▶ **Activity**: Look through the records that follow. Copy every line containing the word "Body".

▶ **Dataset records**:
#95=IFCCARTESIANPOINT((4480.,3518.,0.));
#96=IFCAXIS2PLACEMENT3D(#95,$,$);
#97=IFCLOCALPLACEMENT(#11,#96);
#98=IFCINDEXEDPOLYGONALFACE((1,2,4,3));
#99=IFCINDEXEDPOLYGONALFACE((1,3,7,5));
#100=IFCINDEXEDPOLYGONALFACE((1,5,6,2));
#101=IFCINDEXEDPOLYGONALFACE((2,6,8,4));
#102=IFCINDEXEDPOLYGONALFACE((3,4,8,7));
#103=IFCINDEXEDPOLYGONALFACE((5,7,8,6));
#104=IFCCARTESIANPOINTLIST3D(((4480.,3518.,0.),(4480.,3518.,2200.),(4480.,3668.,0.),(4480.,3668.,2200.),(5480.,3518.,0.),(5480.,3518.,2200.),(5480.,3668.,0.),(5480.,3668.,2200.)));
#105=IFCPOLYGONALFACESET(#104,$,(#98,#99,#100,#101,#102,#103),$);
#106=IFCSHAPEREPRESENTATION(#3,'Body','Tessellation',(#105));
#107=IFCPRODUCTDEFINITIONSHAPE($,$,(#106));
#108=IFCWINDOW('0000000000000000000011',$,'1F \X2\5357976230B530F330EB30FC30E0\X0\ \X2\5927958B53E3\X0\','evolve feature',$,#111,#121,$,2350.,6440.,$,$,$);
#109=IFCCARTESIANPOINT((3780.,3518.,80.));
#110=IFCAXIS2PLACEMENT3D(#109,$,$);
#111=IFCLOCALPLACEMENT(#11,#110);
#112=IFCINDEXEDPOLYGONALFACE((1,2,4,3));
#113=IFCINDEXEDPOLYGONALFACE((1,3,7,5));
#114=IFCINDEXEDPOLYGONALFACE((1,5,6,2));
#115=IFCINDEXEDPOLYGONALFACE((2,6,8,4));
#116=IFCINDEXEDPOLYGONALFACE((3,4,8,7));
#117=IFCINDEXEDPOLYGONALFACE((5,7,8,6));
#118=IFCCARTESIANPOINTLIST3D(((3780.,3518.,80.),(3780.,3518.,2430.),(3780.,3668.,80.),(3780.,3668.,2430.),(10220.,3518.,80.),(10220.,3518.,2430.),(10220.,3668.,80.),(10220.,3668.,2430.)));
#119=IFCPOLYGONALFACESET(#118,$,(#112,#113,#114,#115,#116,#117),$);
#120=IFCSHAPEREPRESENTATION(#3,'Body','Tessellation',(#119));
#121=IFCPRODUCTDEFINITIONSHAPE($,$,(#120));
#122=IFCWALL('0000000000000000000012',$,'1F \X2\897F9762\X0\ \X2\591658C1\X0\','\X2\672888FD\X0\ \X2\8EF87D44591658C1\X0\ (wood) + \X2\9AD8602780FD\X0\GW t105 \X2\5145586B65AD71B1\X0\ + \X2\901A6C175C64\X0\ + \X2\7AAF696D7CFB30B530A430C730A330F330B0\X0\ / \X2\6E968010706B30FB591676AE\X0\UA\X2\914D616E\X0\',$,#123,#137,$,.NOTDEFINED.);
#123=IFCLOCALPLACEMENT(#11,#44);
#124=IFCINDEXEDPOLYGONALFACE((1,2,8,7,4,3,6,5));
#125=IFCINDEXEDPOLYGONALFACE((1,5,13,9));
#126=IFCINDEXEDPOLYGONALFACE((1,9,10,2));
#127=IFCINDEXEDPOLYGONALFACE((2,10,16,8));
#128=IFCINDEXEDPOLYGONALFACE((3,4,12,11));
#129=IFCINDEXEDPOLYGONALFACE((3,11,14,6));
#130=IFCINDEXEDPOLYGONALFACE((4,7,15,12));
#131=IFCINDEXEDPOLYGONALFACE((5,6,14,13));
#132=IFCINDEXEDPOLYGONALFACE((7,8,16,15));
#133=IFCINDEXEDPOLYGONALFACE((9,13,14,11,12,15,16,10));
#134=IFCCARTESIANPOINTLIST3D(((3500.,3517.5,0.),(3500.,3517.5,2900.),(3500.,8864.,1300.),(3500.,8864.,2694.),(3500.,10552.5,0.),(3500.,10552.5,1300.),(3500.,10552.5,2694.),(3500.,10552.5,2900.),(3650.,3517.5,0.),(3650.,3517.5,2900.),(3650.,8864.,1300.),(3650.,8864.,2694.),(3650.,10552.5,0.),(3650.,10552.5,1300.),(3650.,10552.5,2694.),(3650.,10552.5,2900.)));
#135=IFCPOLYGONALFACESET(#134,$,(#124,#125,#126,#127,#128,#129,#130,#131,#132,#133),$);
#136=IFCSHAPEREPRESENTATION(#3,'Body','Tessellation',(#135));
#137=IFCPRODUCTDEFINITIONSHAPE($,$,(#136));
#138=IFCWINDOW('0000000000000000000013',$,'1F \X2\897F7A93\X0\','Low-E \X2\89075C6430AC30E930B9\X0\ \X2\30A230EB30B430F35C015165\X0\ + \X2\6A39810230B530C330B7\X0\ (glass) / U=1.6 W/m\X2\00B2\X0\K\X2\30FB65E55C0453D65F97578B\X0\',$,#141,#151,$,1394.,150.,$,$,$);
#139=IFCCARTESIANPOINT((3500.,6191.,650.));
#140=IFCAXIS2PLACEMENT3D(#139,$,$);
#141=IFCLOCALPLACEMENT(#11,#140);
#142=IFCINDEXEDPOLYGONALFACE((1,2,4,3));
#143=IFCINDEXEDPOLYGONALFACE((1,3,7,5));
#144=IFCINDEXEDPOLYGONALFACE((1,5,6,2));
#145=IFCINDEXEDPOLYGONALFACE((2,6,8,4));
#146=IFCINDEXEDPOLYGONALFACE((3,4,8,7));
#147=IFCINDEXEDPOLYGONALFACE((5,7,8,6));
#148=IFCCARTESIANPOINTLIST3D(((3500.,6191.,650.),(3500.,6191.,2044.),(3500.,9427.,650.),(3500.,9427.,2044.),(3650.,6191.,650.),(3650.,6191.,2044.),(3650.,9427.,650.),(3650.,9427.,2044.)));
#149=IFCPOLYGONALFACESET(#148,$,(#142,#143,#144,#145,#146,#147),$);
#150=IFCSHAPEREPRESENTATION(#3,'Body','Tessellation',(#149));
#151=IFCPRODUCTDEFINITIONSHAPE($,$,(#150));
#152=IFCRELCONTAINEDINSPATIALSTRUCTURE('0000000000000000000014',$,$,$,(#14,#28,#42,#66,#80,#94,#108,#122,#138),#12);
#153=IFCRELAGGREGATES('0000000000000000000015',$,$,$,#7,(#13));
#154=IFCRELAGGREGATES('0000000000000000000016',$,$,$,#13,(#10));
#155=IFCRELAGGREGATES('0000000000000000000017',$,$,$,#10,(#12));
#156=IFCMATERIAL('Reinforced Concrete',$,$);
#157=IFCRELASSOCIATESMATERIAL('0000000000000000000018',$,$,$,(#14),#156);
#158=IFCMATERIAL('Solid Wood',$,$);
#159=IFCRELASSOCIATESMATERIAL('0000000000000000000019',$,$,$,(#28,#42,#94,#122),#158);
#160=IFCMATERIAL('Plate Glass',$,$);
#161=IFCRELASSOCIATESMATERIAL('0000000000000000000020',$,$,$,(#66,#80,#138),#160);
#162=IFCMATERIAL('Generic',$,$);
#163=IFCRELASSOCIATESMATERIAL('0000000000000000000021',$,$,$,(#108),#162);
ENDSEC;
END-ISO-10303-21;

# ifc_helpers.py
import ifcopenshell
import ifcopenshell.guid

▶ **Final answer**:
#106=IFCSHAPEREPRESENTATION(#3,'Body','Tessellation',(#105));
#120=IFCSHAPEREPRESENTATION(#3,'Body','Tessellation',(#119));
#136=IFCSHAPEREPRESENTATION(#3,'Body','Tessellation',(#135));
#150=IFCSHAPEREPRESENTATION(#3,'Body','Tessellation',(#149));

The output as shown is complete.